The workflow enabled a senior analyst to rapidly triage and prioritize alerts, moving top priority alerts to the top of the list and notifying other analysts.
Rapid triage workflow
Overview
Impact
54%
decrease in analyst cycle time on
customer deliverables
(24min to 11min)
The problem
The SOC typically has between 150-200 alerts in the queue during the day. The problem for a SOC analyst is, “which alert, out of over 100, should I triage first?”
Biggest research insight
Analyst curiosity around top priority alerts could’ve derailed the flow around the happy path.
My role
Lead UX designer
Contextual inquiry
Sketching
Prototyping
Lean UX
The users
Expel SOC analysts
Persona quote - “I always ask myself, how could this bite us in the ass if we’re wrong?”
Internal user who spends 10 hours per day in Workbench
Customer analysts
Persona quote - “I want to get Expel more context so they make the right decision”

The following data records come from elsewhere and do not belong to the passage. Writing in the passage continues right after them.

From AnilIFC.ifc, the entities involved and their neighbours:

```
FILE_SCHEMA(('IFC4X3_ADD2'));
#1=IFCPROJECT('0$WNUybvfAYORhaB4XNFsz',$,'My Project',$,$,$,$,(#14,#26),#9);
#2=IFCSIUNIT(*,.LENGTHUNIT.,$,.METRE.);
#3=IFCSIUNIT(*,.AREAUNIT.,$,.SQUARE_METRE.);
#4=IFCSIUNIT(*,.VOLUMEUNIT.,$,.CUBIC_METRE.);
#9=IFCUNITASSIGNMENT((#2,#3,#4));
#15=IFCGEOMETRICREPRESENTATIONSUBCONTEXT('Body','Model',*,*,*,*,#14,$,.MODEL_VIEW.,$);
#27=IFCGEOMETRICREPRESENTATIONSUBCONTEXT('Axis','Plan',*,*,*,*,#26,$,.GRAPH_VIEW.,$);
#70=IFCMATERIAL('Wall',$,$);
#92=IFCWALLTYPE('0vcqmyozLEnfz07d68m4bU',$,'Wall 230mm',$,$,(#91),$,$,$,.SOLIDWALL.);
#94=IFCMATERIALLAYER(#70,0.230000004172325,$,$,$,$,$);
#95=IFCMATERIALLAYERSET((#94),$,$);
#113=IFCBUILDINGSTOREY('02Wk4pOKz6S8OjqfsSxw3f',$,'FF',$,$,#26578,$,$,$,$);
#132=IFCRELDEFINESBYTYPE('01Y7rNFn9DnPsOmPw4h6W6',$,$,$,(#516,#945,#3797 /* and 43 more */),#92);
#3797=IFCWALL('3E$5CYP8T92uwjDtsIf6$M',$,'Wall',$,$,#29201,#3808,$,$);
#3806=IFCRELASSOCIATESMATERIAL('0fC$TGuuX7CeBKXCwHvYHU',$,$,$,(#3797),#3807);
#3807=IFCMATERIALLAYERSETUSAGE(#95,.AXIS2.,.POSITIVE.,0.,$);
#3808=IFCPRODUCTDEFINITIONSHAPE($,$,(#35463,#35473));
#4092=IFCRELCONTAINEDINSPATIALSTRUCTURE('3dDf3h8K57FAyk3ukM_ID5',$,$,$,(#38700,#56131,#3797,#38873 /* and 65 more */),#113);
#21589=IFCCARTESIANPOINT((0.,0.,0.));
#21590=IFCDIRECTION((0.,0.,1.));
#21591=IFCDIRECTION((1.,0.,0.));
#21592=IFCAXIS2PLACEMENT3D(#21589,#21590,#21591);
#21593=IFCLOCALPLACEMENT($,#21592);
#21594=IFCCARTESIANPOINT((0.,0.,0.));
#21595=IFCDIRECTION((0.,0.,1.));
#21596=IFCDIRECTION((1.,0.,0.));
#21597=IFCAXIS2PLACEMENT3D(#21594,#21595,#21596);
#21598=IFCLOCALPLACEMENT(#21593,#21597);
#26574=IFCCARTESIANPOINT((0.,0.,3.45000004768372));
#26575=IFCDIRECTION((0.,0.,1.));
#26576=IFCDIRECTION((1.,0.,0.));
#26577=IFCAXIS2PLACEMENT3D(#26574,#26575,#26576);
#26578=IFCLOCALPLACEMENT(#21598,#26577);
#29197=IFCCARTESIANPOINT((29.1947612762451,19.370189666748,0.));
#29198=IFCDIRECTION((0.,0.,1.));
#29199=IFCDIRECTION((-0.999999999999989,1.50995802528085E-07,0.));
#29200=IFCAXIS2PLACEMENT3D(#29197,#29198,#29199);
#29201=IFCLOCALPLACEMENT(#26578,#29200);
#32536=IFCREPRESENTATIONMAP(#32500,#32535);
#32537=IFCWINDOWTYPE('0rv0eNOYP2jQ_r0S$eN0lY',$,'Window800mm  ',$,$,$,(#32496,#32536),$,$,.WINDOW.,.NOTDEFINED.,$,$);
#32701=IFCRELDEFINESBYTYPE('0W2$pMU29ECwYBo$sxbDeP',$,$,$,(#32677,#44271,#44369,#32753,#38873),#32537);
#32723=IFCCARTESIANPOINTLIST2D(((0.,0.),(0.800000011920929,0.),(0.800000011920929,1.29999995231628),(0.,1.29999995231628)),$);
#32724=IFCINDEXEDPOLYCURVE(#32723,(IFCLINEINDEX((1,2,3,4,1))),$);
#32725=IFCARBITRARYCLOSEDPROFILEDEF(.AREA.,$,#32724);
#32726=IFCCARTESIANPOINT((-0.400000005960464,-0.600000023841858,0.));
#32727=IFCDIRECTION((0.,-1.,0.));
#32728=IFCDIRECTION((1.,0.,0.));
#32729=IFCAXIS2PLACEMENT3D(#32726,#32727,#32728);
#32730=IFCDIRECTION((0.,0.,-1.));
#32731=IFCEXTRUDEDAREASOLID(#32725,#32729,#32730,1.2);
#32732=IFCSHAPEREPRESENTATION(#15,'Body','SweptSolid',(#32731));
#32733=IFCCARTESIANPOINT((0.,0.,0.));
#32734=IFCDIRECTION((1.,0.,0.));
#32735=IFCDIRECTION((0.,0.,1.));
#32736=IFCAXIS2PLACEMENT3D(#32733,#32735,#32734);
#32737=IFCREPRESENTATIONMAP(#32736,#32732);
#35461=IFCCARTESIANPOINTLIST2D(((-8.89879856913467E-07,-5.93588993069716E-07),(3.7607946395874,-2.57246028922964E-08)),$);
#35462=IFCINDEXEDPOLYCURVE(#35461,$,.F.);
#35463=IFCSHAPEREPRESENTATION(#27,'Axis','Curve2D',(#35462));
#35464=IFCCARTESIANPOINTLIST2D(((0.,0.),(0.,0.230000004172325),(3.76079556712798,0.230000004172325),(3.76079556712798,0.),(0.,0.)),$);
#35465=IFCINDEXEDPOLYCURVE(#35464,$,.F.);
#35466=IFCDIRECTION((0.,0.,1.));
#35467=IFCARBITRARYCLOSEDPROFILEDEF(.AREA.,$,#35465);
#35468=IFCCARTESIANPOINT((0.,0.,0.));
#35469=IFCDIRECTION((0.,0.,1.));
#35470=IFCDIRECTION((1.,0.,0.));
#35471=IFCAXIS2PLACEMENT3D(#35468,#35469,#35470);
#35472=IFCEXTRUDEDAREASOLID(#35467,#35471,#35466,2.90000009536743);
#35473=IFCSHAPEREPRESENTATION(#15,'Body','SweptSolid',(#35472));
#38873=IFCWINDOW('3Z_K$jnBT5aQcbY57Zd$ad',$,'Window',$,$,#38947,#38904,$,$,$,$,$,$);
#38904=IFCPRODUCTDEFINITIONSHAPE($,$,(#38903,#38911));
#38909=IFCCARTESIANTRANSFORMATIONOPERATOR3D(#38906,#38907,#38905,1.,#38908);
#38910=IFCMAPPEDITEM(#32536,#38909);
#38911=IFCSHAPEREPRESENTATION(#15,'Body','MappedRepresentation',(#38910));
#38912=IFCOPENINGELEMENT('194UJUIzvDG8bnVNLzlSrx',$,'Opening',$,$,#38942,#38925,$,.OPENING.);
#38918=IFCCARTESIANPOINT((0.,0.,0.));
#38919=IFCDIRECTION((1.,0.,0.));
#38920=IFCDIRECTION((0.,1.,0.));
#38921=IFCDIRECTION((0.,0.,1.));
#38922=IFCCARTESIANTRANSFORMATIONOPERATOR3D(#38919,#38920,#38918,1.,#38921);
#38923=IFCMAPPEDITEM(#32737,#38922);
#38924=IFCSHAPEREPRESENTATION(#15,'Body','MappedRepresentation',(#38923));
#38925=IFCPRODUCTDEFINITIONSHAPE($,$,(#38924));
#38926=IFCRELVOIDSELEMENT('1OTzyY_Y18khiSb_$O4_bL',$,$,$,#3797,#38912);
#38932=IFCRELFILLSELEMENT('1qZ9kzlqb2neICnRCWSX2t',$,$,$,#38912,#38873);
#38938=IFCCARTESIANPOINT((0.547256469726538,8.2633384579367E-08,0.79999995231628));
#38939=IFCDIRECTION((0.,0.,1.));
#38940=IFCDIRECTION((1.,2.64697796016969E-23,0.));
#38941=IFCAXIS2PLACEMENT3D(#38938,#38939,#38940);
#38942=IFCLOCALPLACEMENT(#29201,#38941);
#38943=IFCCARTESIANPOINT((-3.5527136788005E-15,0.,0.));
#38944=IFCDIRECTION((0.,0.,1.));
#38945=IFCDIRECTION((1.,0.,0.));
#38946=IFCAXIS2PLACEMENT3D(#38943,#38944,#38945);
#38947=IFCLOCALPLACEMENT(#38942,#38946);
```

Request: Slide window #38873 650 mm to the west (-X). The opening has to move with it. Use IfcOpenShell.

```python
import ifcopenshell
import ifcopenshell.api.geometry
import ifcopenshell.util.placement

model = ifcopenshell.open("AnilIFC.ifc")

window = model.by_guid("3Z_K$jnBT5aQcbY57Zd$ad")
opening = window.FillsVoids[0].RelatingOpeningElement
wall = opening.VoidsElements[0].RelatingBuildingElement

wall_matrix = ifcopenshell.util.placement.get_local_placement(wall.ObjectPlacement)
shift = wall_matrix[:3, 0] * 0.65
before = ifcopenshell.util.placement.get_local_placement(window.ObjectPlacement)[:3, 3].copy()

# The window is placed relative to its opening, so it follows when the opening moves.
matrix = ifcopenshell.util.placement.get_local_placement(opening.ObjectPlacement)
matrix[:3, 3] += shift
ifcopenshell.api.geometry.edit_object_placement(
    model, product=opening, matrix=matrix, is_si=False, should_transform_children=True
)

after = ifcopenshell.util.placement.get_local_placement(window.ObjectPlacement)[:3, 3]
print("window moved by", (after - before).round(3) + 0.0)

model.write("AnilIFC_updated.ifc")
```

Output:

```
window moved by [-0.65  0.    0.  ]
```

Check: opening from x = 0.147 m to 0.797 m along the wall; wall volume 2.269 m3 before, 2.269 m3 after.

External user who monitors numerous security products beyond Workbench
Triage | Process of determining priority for security alerts |
Workbench | Expel's platform that ingests customer security alerts and where Expel SOC analysts triage alerts |
SOC | Acronym: "security operations center" |
Cycle time | Time from when an alert appears in Workbench to when an alert's closed |
Investigations/incidents | Deliverables for customers when they might have had a security breach |
Terminology
Timeframe
5 weeks - UX work
4 months - UX & Eng/QA work
Contributors
Nabeel Zafar - Lead Eng
Anthony Via - PM
Fred Mottey - QA
Jack Howard - Eng
Ross Tew - Eng
Final concept
Prioritizing an alert
Top priority alerts automatically move to the top of the list and send a toast notification to other users.
Customer analyst view
Customers, who have far fewer alerts in their queue, often wonder why it takes hours to triage their alerts. When an analyst de-prioritizes an alert, a banner is automatically added explaining why.
De-prioritizing an alert
Bottom priority alerts automatically move to the bottom of the list. Analysts have time to fully triage these alerts in several hours.
The process
Initial sketch concept
After a stalled design sprint, I put together a loose sketch with a very different approach to the existing alerts page. I brought it up a couple times in presentations, but it didn’t generate much interest from stakeholders.
Existing alerts page
Future vision sketch proposal
Initial ask & contextual inquiry
The initial ask came in as a feature request, with specific implementation. Through contextual inquiry I was able to uncover the underlying design question, “how might we prioritize a list of hundreds of items?”
Internal hackathon proposal
During a quarterly 2 day internal hackathon, I decided to bring a lean version of “Super list” to life. I presented the problem, contextual inquiry I conducted, and a demo of what rapid triage might look like.
Scoping conversation with Eng
I often provided context to engineering around what we expected from users and was flexible around scoping features in public channels, so PM could also weigh in if needed.
Initial plan for rapid triage workflow
I took inspiration from the ride-share experience for drivers.
SOC feedback during development
In addition to contextual inquiry with SOC analysts I also consulted with shift coordinators, who had a different perspective than the “boots on the ground” operators.
SOC analyst feedback.
My reflection
What did I learn?
A succinct presentation showing the problem, summarizing the research I did, and demoing a solution builds buy-in and momentum.
What was I wrong about?
Although over 99% of all alerts are benign and thus should be de-prioritized, I underestimated analyst concern around quickly making a public decision to label an alert as benign.
What would I do differently?
For the internal hackathon, I would’ve mocked out the full “super list” in UI to inspire even more forward thinking about the alerts page.